[Feature Request] Refactor `BaseBenchmark`
Required prerequisites
- [X] I have searched the Issue Tracker and Discussions that this hasn't already been reported. (+1 or comment there if it has.)
- [ ] Consider asking first in a Discussion.
Motivation
As we integrate more benchmarks into camel, the current BaseBenchmark could be refactored to provide broader support for various types of benchmarks, like the run method in current BaseBenchmark
Solution
No response
Alternatives
No response
Additional context
No response
Hi @Wendong-Fan, I'm interested in working on this issue. As I’ve been contributing to the Coderag-Benchmark integration, I’m now quite familiar with the different benchmark structures in the codebase.
Could you help clarify the goal of this refactor?
- Is the goal mainly to make
BaseBenchmark.run()more compatible with implementations like Gaia, APIBank, and RagBench? Right now the signatures differ, but everything works in practice. - Benchmarks follow different patterns—e.g., Gaia uses
__init__()to pass the retriever, RagBench usesrun(), and APIBank/nexus/APIBench do not need one. Given this diversity, is the aim simply to make the base class flexible enough to support these variations? For example, would including a retriever parameter in both__init__()andrun()be a reasonable direction, to align all the current benchmarks?
That would be awesome!! c.c @Wendong-Fan for commenting
Hi @boerz-coding ,
Thanks for your input, and apologies for the delay in my reply.
Regarding the BaseBenchmark refactoring:
- Scope: The goal is broader than just refactoring
.run(); we aim to improve other base class functions too. I highlighted.run()as an example because its current specific signature struggles to accommodate diverse benchmark requirements. - Objectives: Our main aims are:
a. To make the base class significantly more flexible to support various benchmark implementations.
b. To standardize interfaces across benchmark modules. This could involve defining a more general
EvalResultmodel inBaseBenchmark, as discussed in [this PR comment](https://github.com/camel-ai/camel/pull/2293#discussion_r2072368289) (cc @sunchengxuanivy).
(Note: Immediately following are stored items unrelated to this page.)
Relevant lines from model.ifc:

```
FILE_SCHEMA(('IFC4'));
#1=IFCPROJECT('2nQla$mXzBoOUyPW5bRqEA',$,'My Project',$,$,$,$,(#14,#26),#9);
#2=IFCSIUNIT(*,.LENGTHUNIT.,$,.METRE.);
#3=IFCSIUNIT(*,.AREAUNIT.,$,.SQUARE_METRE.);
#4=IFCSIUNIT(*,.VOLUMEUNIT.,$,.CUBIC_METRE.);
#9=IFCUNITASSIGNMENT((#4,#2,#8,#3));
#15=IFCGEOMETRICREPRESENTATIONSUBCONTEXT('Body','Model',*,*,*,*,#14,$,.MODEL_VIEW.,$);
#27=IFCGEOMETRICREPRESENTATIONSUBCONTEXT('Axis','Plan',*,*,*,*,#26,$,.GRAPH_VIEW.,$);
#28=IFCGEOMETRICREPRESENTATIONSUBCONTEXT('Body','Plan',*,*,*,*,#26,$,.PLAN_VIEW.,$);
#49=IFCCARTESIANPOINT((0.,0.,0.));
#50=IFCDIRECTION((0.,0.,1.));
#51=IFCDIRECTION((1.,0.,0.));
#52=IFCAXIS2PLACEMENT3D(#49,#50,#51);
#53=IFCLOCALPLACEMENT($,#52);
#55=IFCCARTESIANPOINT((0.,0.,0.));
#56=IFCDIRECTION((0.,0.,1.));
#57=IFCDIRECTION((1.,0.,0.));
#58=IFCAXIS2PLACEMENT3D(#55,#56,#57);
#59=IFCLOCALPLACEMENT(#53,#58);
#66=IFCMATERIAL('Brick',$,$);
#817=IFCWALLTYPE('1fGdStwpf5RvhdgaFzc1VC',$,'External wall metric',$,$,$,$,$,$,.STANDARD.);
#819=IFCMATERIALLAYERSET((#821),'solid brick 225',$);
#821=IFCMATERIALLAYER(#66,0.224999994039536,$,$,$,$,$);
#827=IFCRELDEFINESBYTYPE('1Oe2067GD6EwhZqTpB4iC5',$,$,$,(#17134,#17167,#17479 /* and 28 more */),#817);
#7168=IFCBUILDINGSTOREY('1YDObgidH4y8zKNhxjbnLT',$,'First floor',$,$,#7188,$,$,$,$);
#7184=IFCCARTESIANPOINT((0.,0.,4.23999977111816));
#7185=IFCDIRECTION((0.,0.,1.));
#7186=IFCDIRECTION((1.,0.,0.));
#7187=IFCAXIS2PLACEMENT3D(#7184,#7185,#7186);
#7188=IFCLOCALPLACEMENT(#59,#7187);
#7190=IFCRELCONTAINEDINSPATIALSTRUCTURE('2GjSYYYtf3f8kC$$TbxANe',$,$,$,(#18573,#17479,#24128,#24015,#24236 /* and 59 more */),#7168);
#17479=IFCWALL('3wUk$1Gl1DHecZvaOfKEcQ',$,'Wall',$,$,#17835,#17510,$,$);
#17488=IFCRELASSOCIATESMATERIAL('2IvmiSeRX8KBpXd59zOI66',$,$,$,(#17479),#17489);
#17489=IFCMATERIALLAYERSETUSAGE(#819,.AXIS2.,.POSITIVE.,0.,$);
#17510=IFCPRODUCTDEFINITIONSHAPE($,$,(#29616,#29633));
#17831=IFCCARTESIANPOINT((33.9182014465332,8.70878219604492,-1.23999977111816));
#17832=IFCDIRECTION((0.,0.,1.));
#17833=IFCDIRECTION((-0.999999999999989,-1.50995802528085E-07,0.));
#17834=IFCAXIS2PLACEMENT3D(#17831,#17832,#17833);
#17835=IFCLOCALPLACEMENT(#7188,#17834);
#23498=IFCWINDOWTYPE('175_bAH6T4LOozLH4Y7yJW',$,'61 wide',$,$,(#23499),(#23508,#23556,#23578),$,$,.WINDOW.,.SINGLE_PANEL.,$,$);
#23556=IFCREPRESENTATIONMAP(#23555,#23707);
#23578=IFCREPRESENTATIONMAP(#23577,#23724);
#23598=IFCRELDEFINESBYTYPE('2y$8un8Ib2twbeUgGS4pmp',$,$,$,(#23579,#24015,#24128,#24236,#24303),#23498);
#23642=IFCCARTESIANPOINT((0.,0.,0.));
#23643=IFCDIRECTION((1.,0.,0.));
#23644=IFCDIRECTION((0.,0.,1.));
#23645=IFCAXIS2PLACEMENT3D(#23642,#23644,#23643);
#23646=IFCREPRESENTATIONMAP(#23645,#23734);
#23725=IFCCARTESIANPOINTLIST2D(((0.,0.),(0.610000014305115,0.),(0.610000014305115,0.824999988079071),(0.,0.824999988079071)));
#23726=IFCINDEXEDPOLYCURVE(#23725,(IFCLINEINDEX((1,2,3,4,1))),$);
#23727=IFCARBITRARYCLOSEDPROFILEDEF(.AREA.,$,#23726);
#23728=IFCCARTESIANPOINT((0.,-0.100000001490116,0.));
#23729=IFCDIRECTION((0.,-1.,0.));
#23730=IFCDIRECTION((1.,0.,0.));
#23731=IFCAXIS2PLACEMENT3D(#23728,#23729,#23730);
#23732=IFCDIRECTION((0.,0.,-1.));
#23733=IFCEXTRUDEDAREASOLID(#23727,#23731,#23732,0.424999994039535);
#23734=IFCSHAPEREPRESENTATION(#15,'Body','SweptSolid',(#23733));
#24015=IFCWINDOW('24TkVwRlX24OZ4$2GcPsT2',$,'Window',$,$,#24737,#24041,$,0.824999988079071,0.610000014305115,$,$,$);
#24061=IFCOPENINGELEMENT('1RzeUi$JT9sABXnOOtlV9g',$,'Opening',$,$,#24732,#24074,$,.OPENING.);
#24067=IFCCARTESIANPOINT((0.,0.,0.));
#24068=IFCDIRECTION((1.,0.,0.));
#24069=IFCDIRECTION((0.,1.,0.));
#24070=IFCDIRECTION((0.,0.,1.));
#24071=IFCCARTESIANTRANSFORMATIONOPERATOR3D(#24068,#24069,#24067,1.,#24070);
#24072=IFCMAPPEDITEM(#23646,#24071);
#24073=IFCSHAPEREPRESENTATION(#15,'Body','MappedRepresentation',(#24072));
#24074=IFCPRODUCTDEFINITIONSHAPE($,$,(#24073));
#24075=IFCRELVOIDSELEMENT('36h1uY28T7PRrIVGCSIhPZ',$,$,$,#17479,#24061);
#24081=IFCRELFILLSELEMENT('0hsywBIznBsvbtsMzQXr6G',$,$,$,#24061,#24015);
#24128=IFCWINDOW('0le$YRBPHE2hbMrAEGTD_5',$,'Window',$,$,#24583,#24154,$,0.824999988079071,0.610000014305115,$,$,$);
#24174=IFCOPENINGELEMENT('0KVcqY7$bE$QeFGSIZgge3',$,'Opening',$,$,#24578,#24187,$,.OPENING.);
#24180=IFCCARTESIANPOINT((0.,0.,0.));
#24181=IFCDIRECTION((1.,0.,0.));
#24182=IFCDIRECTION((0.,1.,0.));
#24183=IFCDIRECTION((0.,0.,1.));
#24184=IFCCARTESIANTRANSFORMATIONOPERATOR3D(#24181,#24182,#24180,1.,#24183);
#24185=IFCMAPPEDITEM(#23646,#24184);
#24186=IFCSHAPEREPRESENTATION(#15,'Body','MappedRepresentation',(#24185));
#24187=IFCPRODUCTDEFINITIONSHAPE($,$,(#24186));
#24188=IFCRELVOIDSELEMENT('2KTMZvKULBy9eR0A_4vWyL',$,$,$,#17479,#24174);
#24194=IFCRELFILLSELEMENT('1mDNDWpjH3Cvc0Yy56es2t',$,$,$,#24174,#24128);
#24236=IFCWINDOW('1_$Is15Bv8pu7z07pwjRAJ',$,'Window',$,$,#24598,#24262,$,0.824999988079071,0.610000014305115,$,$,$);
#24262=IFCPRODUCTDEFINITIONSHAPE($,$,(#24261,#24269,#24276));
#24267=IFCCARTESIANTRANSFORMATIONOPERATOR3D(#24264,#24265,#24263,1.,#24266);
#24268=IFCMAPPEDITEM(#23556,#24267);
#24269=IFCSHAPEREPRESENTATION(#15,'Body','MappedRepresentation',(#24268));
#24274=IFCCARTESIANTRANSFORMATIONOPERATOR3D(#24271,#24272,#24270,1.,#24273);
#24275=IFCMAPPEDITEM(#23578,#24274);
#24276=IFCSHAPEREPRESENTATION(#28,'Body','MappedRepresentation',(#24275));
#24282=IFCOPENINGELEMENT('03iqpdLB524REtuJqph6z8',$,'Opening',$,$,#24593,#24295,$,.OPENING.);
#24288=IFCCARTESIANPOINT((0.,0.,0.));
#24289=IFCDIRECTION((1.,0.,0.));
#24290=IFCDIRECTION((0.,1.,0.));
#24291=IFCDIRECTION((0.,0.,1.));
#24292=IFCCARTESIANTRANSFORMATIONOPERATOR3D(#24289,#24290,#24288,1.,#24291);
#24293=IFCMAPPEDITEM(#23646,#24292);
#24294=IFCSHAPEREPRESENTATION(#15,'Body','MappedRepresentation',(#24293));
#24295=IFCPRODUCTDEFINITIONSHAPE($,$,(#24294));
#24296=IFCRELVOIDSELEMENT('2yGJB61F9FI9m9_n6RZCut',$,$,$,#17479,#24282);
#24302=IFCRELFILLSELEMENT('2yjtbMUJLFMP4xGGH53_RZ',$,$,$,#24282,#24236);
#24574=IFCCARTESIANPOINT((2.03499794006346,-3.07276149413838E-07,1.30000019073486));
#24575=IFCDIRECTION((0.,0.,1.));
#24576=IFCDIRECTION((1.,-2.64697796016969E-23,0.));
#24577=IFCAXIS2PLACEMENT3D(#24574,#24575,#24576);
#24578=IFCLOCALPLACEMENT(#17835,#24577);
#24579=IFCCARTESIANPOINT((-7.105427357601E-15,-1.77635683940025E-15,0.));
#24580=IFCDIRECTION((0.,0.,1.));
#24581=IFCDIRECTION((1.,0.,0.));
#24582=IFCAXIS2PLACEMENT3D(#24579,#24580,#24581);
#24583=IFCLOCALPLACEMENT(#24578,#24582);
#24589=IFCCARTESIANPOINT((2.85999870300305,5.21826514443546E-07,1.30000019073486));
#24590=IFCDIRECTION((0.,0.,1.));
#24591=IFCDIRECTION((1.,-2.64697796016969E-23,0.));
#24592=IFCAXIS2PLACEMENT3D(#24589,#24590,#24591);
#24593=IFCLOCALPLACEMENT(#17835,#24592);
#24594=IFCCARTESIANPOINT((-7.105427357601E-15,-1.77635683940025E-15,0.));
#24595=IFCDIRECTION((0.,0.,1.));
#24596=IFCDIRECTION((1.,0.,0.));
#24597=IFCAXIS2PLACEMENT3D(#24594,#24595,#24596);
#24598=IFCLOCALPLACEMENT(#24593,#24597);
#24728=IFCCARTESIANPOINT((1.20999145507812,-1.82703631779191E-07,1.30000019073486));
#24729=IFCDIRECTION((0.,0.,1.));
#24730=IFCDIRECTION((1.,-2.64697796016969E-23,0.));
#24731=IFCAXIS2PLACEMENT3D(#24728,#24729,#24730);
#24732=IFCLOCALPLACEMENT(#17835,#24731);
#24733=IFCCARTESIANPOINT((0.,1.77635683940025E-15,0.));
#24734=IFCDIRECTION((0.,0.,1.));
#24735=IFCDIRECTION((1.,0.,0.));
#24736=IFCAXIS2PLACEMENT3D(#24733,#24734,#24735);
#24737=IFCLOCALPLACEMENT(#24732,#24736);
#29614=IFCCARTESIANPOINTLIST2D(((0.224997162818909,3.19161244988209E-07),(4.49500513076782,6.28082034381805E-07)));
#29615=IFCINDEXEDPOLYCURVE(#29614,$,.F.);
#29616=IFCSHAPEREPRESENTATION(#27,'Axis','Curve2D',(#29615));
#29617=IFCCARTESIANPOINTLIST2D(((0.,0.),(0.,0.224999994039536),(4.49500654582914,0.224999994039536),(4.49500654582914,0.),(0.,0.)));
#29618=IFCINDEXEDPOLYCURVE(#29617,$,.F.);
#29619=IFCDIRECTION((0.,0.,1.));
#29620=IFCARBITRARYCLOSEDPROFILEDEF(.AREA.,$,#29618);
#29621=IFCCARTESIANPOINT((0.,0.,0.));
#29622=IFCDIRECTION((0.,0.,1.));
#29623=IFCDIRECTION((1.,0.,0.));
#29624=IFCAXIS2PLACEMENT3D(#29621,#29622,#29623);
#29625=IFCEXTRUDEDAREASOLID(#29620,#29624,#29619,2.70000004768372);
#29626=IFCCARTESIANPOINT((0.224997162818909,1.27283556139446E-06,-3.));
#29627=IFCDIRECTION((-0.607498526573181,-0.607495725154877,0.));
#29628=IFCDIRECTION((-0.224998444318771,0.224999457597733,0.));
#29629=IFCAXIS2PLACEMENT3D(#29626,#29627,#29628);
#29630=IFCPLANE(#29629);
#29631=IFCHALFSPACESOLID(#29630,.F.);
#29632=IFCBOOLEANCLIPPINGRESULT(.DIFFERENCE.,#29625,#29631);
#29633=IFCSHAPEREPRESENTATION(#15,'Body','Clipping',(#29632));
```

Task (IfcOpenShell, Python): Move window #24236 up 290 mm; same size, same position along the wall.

```python
import numpy as np
import ifcopenshell
import ifcopenshell.api.geometry
import ifcopenshell.util.placement
import ifcopenshell.util.unit

model = ifcopenshell.open("model.ifc")
unit_scale = ifcopenshell.util.unit.calculate_unit_scale(model)

window = model.by_guid("1_$Is15Bv8pu7z07pwjRAJ")
opening = window.FillsVoids[0].RelatingOpeningElement
dz = 0.29 / unit_scale

shift = np.array([0.0, 0.0, dz])
# The window is placed relative to its opening, so it follows when the opening moves.
matrix = ifcopenshell.util.placement.get_local_placement(opening.ObjectPlacement)
matrix[:3, 3] += shift
ifcopenshell.api.geometry.edit_object_placement(
    model, product=opening, matrix=matrix, is_si=False, should_transform_children=True
)

print(f"moved by {dz * unit_scale:+.3f} m")

model.write("model_edited.ifc")
```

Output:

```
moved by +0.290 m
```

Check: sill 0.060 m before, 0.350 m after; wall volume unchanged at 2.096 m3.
Here are some detailed suggestions for refactoring, but our implementation should not limited to these points:
__init__:- Make
save_to: Optional[str] = None. - Update docstrings: Clarify
data_diris a suggested local path; subclasses might use other mechanisms (like caches). - Keep
self._results: List[Dict[str, Any]] = [], but acknowledge subclasses might manage results differently.
- Make
download:- Keep as
@abstractmethod. Subclasses must implement their specific data acquisition logic.
- Keep as
load:- Remove
@abstractmethod. Provide a default implementation (perhaps raisingNotImplementedErroror doing nothing). - Remove
force_downloadparameter from the base signature. - Remove the expectation that
loadpopulatesself._datain a specific format. Subclasses should be fully responsible for their internal data loading and storage.
- Remove
- Data Access Properties (
train,valid,test):- Remove these properties entirely from the base class, as they are incompatible with diverse subclass data structures. Subclasses should provide their own methods for accessing data splits/items if needed.
run:- Make it
@abstractmethod. - Use a generic signature:
def run(self, *args, **kwargs) -> Any:. - Update docstring: Emphasize that subclasses must define their required arguments (e.g., agent(s), retrievers, dataset specifics) and return type (e.g.,
self, metrics dictionary).
- Make it
evaluate:- Add an optional, non-abstract method:
def evaluate(self) -> Dict[str, Any]:. - The default implementation should raise
NotImplementedErrorto clearly signal it needs overriding by subclasses that perform evaluation. - Docstring should state its purpose: process results (potentially from
self._resultsor elsewhere) and return calculated metrics.
- Add an optional, non-abstract method:
Thank you @Wendong-Fan for the explanation — I think this direction makes perfect sense! If @sunchengxuanivy is interested, I’d be totally happy for @sunchengxuanivy to take it forward. Otherwise, I’d be glad to take it on myself, or work on it together. @sunchengxuanivy, feel free to let me know what you think!
https://github.com/camel-ai/camel/pull/2293#discussion_r2083319389
to simplify message for html report generation.